- **Your instructions**: A single number is required: how many lines of the listing below include the word "IFCRELASSOCIATESMATERIAL".

** Material for the task follows **

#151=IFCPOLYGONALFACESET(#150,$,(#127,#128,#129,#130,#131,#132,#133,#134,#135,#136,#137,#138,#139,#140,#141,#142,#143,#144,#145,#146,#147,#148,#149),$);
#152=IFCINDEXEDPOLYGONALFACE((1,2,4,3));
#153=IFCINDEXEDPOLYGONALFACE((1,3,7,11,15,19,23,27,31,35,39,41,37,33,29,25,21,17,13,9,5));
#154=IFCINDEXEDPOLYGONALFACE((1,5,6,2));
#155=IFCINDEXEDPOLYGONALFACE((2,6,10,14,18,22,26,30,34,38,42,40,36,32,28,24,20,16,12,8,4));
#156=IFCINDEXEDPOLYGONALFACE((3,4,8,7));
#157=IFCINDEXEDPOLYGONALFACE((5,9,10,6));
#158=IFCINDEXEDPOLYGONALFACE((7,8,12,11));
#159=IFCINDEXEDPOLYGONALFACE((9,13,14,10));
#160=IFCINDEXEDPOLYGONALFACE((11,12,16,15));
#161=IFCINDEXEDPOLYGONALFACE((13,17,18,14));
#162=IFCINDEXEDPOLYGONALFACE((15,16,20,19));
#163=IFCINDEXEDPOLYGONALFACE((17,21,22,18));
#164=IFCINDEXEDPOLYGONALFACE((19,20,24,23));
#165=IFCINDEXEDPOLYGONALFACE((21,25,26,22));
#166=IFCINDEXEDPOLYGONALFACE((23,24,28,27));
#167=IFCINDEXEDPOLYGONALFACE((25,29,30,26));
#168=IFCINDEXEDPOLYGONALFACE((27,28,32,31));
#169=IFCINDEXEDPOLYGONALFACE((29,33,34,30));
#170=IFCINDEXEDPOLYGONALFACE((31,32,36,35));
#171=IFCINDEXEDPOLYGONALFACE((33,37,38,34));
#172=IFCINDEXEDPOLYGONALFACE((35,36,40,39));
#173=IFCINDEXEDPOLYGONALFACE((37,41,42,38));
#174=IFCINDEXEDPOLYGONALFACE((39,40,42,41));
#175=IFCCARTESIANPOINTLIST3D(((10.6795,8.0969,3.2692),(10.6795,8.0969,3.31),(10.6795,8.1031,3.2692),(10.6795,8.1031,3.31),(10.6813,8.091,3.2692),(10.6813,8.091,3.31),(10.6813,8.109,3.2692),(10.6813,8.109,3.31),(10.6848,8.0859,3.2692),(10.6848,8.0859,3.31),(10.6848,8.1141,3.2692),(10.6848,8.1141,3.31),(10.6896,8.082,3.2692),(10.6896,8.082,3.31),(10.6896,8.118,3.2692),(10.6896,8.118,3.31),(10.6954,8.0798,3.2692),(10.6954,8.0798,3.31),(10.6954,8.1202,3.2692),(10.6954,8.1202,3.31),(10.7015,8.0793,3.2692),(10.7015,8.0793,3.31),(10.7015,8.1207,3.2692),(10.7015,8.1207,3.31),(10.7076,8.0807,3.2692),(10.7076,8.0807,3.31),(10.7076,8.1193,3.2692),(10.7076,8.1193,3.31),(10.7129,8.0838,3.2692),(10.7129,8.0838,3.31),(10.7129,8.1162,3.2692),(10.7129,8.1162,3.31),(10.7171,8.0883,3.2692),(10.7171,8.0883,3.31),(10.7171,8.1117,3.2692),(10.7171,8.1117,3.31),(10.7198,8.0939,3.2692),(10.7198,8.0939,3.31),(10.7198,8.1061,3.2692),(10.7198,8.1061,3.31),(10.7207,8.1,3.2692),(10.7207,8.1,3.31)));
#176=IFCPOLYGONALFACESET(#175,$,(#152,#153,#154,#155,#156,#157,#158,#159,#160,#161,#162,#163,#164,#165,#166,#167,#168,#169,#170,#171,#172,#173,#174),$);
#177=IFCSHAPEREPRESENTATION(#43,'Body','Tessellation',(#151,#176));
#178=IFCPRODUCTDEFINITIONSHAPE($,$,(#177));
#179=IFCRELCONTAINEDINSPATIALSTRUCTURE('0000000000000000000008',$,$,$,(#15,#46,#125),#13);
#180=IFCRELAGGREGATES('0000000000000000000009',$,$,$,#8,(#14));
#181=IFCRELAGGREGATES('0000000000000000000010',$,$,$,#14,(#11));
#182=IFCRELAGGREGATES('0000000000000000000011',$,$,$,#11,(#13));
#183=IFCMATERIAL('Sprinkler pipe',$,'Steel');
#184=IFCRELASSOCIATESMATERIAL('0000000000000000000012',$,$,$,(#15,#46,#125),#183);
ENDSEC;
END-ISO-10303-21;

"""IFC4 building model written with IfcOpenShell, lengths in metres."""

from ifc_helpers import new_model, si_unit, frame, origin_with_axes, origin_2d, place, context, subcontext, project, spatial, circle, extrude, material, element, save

** End of Material for the task **
** Material for the task follows **

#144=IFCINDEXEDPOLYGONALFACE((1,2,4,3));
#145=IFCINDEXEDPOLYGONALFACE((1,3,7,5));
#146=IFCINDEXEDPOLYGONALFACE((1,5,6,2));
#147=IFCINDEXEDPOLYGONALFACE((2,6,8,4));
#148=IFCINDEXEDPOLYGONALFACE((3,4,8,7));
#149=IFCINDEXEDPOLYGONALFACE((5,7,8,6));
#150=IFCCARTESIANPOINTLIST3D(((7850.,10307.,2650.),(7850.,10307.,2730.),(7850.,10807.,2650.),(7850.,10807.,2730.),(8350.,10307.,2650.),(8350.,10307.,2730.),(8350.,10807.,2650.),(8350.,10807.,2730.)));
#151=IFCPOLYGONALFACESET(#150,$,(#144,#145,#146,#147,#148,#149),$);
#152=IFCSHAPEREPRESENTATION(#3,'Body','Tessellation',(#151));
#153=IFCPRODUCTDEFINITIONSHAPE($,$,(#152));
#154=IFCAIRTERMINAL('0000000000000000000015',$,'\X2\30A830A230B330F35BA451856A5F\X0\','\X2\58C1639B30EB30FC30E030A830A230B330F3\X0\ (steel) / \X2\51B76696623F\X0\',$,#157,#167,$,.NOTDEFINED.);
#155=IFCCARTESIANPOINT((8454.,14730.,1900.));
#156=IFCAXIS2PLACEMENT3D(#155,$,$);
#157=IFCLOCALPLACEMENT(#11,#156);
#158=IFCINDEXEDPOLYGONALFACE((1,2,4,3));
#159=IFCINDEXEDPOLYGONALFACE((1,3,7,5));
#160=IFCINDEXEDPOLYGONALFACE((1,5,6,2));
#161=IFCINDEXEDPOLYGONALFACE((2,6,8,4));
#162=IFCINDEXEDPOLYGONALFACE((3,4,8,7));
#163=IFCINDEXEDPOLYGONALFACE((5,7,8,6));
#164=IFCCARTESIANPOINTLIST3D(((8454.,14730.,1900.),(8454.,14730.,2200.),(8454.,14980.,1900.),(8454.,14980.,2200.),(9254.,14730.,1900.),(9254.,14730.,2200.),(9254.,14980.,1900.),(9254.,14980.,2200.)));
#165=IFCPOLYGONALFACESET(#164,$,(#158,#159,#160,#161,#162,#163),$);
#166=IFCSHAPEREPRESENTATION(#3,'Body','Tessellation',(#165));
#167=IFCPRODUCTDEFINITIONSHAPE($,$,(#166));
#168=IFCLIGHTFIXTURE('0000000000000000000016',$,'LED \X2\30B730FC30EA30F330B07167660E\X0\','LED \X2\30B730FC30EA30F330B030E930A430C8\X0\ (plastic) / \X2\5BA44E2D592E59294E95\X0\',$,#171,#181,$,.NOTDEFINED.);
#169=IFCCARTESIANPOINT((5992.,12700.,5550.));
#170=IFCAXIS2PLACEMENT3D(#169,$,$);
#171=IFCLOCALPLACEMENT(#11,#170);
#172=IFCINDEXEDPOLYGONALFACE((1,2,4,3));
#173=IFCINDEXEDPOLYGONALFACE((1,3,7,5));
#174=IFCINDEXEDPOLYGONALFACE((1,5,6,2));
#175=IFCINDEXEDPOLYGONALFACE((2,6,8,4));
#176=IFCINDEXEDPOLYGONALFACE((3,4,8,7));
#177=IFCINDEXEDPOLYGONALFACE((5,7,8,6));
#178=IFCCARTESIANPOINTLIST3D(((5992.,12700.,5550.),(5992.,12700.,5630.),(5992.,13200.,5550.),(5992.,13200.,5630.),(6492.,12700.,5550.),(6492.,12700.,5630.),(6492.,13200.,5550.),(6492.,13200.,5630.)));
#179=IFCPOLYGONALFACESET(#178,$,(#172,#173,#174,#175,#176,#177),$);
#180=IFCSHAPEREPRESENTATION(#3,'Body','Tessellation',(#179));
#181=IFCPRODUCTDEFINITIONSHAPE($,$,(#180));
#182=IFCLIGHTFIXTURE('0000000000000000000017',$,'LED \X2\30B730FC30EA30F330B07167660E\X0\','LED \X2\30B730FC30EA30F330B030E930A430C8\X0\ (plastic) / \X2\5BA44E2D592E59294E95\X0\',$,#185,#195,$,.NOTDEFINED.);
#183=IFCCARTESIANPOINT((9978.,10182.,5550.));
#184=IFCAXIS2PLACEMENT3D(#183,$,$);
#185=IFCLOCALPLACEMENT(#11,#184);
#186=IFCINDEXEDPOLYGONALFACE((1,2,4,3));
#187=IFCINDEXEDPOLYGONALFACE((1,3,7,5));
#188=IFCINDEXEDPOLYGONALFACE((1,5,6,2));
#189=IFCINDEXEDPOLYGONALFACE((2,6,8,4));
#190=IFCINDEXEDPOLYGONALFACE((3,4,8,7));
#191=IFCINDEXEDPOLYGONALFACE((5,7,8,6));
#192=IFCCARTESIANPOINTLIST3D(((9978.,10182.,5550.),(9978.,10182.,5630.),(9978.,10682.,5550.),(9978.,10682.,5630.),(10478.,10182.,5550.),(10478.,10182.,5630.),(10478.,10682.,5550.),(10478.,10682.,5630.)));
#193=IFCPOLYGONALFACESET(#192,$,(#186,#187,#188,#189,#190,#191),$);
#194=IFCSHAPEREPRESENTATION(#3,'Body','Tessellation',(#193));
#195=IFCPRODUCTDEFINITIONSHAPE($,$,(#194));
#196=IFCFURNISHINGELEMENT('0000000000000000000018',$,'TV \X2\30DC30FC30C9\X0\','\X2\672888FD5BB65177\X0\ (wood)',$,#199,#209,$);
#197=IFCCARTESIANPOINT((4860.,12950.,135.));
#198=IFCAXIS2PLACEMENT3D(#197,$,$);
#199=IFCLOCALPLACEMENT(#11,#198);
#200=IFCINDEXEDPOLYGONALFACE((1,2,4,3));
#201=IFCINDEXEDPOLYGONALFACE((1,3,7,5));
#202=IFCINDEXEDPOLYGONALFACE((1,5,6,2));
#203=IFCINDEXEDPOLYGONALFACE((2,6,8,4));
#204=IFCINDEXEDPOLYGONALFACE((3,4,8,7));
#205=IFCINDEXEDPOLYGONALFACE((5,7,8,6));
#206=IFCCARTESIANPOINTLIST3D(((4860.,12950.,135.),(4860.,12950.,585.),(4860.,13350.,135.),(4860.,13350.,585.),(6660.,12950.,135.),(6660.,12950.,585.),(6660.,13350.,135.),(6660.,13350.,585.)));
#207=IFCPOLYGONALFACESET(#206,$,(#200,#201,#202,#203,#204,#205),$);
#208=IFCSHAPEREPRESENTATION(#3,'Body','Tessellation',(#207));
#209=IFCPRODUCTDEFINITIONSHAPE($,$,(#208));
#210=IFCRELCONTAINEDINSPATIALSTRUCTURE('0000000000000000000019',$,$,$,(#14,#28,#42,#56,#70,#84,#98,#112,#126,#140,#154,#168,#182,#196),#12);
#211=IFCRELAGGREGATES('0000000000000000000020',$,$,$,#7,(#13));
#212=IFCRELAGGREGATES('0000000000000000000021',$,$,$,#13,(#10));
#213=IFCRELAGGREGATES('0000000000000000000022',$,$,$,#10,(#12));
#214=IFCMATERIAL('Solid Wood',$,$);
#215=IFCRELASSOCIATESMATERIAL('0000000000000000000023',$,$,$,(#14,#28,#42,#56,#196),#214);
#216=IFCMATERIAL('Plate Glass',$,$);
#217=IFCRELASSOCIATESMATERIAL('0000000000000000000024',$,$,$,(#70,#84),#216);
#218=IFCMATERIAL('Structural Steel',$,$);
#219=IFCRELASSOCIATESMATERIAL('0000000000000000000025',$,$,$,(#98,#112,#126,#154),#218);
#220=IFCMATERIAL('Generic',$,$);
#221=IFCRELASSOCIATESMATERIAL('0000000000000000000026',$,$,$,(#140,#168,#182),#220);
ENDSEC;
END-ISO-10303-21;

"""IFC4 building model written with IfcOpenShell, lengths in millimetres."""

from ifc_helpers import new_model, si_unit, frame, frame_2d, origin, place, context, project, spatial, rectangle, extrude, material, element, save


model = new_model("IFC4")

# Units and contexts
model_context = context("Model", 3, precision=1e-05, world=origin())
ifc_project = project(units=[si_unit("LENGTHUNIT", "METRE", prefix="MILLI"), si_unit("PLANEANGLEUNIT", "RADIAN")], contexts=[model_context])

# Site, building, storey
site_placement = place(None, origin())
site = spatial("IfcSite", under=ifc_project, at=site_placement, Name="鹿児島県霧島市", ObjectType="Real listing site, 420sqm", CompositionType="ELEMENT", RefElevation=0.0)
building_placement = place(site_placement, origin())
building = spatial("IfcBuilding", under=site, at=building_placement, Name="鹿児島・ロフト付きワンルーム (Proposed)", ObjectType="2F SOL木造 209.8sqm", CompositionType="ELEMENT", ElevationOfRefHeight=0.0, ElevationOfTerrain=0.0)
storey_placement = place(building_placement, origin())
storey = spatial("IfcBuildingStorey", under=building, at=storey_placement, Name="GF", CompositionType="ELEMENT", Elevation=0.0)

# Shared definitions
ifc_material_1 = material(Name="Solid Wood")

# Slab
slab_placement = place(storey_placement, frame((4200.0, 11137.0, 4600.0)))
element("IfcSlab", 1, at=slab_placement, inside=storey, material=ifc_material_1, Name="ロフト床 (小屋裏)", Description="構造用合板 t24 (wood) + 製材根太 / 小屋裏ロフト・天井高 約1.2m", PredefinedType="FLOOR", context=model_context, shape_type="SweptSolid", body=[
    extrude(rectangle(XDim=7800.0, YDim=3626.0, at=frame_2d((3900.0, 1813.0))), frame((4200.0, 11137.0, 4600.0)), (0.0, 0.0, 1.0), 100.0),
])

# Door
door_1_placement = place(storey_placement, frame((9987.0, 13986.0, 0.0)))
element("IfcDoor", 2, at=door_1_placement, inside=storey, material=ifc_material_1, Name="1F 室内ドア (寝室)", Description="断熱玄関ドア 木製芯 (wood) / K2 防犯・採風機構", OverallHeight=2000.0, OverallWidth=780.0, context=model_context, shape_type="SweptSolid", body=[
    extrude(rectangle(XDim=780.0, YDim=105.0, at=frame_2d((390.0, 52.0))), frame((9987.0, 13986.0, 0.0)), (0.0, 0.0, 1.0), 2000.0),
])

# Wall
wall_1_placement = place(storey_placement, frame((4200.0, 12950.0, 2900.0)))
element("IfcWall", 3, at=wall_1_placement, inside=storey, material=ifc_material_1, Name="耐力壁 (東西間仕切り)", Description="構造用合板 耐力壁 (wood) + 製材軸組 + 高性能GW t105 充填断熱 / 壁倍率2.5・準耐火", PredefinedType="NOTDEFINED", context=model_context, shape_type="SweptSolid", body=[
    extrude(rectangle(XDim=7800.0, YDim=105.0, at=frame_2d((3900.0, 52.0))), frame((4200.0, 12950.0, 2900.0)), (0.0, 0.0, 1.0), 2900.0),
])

** End of Material for the task **

- **Answer section**: 5